### [Try it]
Copy out exactly the line that contains "#141=IFCINDEXEDPOLYGONALFACE((3,4,12,11));" and all lines following it to the end of the data.

────────────────────

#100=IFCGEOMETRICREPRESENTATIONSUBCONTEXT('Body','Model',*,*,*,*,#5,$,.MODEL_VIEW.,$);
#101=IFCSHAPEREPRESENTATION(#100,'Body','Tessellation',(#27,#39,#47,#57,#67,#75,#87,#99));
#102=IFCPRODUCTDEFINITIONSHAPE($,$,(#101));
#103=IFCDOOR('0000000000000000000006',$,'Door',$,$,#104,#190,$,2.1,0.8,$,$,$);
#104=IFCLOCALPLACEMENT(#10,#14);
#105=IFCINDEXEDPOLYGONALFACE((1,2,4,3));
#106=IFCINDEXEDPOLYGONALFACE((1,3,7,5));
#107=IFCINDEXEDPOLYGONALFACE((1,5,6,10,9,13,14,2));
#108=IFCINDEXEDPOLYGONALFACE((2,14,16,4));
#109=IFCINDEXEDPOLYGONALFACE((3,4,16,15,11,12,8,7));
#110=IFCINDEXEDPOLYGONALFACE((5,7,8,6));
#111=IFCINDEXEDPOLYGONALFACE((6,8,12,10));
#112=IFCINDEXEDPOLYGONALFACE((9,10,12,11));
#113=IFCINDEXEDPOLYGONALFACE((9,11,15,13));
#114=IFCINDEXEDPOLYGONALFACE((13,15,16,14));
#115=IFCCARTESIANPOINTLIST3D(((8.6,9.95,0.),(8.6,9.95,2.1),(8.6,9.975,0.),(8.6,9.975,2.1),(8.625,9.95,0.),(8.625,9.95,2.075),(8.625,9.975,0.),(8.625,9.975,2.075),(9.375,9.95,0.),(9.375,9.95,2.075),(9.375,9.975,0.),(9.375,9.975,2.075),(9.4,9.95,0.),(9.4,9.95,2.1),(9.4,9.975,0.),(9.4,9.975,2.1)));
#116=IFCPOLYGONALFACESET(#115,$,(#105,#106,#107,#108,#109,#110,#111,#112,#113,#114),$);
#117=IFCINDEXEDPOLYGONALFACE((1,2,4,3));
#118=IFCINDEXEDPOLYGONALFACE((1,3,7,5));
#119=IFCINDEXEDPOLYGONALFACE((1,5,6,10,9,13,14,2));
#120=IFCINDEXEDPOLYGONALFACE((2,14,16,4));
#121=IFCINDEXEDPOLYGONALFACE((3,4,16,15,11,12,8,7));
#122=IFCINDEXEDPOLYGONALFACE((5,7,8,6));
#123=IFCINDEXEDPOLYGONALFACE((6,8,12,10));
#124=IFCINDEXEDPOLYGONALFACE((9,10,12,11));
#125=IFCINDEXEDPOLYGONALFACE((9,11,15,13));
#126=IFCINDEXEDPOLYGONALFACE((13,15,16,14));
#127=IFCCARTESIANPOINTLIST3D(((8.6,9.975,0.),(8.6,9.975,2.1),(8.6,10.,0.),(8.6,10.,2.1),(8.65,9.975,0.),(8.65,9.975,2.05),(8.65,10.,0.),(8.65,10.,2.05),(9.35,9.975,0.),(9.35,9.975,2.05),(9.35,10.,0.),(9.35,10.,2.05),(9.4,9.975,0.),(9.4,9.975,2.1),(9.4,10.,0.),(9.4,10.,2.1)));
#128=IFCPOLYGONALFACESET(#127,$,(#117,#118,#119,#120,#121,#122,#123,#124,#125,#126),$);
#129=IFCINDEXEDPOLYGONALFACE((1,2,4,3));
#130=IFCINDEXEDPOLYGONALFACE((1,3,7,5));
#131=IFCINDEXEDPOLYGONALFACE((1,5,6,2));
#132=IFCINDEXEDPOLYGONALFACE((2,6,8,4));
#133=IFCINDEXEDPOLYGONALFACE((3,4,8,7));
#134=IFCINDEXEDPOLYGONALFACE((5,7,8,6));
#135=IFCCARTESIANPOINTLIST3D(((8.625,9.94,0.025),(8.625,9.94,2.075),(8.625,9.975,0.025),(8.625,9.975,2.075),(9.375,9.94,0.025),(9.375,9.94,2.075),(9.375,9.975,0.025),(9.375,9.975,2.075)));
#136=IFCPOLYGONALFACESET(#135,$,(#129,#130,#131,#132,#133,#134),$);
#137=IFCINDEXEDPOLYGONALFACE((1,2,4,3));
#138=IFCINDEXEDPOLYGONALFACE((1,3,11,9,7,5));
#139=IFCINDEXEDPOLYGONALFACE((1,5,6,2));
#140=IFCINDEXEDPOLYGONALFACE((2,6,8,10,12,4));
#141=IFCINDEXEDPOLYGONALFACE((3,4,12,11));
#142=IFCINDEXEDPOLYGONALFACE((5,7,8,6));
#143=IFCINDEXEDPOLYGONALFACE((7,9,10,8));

────────────────────

### [Task solution]
#141=IFCINDEXEDPOLYGONALFACE((3,4,12,11));
#142=IFCINDEXEDPOLYGONALFACE((5,7,8,6));
#143=IFCINDEXEDPOLYGONALFACE((7,9,10,8));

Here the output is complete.